Collect Error at Host Level for all Failing Servers and send Only one Email

This forum was archived to /woltlab and is now in read-only mode.
  • I have One HostGroup and one Host that holds several Services.

    All The Notifications occur between 08:00 and 08:30 and are sent once per day for each failing service, meaning if there are 10 Services failing, 10 emails are sent.



    I could not figure out how to collect all the failing services and Sent just one Notification (from the Host where the services belong) listing all the failing services.

    Also, in case of a certain number of services are failing (like 10 of 30), how can the Host be marked as "Down"?

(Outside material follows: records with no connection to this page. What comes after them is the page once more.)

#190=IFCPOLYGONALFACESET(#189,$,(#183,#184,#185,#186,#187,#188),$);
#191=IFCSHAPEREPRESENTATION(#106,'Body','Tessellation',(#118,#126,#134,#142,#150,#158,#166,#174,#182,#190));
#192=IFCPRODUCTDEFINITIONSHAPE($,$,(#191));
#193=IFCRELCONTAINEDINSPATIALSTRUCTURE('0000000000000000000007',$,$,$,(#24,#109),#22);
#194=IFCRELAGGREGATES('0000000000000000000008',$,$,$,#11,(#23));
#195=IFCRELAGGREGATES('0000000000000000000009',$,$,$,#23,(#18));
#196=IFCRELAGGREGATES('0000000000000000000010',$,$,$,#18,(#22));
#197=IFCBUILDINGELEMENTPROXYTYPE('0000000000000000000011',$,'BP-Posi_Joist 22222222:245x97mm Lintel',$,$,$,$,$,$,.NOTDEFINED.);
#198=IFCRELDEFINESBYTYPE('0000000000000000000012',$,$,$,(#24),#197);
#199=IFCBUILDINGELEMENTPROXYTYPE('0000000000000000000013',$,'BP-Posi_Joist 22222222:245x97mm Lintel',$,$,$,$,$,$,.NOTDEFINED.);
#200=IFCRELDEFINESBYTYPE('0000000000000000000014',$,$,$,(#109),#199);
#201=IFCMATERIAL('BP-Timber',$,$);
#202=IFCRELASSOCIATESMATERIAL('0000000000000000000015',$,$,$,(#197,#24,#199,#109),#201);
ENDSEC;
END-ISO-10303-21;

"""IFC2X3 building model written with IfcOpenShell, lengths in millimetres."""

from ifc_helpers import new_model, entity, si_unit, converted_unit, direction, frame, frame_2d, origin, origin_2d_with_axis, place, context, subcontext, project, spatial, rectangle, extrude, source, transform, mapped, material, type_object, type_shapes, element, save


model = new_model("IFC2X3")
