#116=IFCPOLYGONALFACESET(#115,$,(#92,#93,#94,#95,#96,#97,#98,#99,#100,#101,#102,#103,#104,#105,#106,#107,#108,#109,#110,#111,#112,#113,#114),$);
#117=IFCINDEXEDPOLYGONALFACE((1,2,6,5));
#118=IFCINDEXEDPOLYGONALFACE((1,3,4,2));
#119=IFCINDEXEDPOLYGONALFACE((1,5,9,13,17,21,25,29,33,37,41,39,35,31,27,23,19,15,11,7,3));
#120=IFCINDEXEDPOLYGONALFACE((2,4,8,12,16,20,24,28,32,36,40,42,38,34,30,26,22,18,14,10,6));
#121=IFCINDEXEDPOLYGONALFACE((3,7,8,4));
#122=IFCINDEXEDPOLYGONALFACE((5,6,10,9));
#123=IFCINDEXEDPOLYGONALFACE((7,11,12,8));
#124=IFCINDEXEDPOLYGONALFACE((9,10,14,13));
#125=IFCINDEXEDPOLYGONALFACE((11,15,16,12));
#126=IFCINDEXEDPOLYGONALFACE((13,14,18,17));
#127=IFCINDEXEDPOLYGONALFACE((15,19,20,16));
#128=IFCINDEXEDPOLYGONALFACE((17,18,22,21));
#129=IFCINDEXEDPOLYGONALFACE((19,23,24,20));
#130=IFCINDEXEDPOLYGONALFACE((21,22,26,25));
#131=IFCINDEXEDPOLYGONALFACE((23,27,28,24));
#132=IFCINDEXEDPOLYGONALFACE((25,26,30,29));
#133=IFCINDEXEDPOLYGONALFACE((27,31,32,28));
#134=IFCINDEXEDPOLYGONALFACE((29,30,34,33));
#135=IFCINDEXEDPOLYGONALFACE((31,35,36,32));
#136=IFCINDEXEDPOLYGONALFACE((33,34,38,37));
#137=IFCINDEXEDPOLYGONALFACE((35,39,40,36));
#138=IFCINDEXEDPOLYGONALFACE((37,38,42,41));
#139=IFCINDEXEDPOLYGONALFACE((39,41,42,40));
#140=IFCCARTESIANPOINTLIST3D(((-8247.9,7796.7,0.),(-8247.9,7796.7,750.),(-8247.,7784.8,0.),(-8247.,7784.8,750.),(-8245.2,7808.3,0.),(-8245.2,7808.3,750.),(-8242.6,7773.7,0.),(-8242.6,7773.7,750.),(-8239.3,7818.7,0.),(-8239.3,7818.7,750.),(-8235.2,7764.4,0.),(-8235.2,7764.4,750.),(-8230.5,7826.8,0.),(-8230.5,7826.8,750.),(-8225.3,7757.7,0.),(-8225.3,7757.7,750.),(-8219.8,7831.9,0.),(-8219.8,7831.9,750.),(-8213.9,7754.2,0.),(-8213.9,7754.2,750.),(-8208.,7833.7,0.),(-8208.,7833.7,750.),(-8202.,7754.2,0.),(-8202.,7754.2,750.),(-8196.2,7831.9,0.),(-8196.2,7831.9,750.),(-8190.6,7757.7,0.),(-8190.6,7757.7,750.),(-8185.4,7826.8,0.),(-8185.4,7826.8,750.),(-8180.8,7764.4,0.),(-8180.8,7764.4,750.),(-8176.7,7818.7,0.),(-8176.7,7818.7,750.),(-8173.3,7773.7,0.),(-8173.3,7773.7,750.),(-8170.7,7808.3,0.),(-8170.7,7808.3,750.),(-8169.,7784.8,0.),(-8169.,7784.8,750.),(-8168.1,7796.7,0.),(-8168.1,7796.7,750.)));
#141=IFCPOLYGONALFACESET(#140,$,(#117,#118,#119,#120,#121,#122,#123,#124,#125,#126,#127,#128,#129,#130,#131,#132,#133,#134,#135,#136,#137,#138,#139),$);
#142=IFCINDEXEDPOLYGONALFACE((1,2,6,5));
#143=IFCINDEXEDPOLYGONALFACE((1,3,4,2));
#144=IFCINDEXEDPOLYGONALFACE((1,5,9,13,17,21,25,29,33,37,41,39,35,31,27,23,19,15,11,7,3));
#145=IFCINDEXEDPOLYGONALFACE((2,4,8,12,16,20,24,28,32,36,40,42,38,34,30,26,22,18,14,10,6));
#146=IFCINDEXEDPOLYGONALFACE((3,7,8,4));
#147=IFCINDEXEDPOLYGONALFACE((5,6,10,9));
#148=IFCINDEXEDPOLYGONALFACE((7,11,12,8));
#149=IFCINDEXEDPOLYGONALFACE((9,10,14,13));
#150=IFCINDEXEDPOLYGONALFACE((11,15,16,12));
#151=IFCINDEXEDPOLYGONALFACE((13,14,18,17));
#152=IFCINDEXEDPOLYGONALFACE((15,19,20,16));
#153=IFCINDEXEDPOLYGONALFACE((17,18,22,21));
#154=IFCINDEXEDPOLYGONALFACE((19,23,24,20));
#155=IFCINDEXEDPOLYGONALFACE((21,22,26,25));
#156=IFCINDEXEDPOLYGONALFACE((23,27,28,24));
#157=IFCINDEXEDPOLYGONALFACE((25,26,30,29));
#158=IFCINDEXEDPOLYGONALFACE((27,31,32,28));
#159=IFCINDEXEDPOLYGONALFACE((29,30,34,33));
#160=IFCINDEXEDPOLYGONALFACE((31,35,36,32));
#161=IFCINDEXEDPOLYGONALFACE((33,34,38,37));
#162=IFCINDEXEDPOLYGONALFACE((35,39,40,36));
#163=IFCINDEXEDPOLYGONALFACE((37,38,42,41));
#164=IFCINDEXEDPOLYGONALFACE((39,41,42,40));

    This is My very first Post and just started with Icinga a few days ago, sorry if this is a dumb question.

    Many thanks :)

  • Hi,

    I could not figure out how to collect all the failing services and Sent just one Notification (from the Host where the services belong) listing all the failing services.

    AFIAK this is not possible with the build in notification scripts. For each service that changes it (hard) state Icinga 2 will execute the service notification script. Maybe it could be done with a other notification script, which collects the failed services between a certain time.

    Also, in case of a certain number of services are failing (like 10 of 30), how can the Host be marked as "Down"?

    The host is marked as Down when the configured host check returns a critical state e.g. the hostalive check. What you want can be done with the Business Process module. The module collects the states of services (also hosts) and with a given rule set it calculates the state of the process node.


    https://github.com/Icinga/icingaweb2-module-businessprocess

  • Maybe it could be done with a other notification script, which collects the failed services between a certain time.

    Well, changing states during that time probably wouldn't be taken into account, so the actual number of failing objects might be wrong.


    Executing a script called via crontab once a day which selects the failing objects from the database (or livestatus?) might be an option.